• [WHAT TO WORK ON]:
Work out how many lines of the material contain the string "IfcWallType"; the answer is that number only.

RAW DATA Start Marker

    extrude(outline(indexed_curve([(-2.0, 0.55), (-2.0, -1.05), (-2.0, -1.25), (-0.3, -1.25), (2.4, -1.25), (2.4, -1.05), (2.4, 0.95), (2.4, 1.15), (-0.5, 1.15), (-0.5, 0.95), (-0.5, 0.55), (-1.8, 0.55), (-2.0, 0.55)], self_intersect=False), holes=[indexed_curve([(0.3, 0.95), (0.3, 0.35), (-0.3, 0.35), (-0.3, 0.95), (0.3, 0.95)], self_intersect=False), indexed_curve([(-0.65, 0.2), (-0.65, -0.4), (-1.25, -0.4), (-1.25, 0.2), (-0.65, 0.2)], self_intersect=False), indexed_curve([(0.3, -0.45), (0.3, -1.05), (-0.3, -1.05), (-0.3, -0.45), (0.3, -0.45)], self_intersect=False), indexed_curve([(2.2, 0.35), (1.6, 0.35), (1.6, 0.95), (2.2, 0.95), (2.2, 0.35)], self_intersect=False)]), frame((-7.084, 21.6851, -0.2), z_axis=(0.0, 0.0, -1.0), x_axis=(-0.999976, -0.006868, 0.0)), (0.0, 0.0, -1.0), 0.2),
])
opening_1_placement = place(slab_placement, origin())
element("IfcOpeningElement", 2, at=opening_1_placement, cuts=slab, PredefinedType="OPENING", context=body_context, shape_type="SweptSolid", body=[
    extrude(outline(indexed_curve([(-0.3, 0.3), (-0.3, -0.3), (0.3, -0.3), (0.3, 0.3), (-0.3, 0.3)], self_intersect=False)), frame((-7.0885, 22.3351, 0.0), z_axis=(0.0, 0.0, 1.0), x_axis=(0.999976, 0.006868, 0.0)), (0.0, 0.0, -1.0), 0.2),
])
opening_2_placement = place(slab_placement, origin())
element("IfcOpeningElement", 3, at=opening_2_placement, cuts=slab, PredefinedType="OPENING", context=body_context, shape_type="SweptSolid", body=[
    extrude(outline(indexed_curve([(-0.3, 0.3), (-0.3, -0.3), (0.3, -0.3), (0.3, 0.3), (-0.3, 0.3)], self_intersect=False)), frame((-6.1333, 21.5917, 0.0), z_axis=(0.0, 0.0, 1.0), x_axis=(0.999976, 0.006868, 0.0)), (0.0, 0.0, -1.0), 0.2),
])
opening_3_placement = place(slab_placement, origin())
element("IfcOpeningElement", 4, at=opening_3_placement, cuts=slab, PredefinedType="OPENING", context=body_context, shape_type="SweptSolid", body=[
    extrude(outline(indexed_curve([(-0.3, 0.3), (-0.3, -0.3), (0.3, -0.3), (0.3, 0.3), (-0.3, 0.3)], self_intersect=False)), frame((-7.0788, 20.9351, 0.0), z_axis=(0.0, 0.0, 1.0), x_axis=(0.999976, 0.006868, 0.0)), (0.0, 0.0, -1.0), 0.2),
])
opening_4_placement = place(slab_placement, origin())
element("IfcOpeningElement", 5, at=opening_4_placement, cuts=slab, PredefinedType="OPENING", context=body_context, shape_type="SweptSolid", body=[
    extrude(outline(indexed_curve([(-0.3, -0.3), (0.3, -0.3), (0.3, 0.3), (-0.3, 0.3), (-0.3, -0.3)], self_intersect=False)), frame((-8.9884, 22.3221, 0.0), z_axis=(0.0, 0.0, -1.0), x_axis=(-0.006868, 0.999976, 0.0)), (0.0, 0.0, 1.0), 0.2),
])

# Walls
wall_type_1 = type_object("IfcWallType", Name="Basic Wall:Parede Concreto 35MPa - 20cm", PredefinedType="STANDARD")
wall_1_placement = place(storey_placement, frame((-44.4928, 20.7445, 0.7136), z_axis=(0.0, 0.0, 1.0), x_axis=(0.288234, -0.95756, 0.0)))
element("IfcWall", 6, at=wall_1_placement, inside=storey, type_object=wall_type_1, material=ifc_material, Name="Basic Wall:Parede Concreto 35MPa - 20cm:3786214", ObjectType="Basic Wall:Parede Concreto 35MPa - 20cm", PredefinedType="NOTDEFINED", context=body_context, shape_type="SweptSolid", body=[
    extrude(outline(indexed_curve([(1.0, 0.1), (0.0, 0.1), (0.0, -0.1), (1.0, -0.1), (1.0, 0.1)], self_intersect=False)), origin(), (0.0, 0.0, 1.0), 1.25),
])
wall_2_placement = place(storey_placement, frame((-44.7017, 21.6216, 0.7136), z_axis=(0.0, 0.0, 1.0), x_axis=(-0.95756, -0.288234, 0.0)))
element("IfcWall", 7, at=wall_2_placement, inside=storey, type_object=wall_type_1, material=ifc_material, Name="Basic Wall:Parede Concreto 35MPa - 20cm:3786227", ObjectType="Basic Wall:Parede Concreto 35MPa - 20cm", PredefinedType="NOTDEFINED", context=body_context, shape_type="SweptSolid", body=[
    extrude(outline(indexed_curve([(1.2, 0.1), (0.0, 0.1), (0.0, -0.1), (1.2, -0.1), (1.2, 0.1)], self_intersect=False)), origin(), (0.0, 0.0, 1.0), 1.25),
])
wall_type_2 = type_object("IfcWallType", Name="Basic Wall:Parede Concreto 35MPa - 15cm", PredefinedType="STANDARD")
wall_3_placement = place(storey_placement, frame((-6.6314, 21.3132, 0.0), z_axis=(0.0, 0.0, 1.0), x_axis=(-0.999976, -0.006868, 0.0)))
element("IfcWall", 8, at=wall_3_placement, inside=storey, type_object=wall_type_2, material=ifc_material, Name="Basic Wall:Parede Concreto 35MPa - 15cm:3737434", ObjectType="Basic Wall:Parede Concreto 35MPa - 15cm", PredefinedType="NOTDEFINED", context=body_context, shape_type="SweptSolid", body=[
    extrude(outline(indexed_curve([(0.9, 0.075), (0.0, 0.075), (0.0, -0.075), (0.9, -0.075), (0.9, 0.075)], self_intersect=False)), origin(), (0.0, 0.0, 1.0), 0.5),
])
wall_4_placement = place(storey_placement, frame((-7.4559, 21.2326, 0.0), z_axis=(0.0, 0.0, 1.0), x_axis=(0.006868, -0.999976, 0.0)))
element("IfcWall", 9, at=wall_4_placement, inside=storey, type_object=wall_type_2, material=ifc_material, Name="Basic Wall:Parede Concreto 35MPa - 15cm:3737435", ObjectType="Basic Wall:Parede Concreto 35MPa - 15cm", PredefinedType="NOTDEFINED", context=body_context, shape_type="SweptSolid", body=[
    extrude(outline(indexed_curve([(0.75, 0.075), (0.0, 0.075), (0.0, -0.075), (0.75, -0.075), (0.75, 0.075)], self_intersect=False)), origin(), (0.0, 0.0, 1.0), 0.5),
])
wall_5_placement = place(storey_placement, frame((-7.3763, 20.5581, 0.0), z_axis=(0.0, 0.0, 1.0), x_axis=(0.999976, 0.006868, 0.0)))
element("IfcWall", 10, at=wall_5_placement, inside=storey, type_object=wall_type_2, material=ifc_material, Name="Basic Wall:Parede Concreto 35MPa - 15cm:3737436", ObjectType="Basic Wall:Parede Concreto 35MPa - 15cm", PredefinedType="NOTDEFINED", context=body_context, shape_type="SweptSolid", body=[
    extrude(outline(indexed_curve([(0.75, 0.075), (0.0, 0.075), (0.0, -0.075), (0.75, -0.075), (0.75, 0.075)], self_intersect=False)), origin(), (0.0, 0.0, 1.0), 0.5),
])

RAW DATA End Marker

• [RESULT BELOW]:
2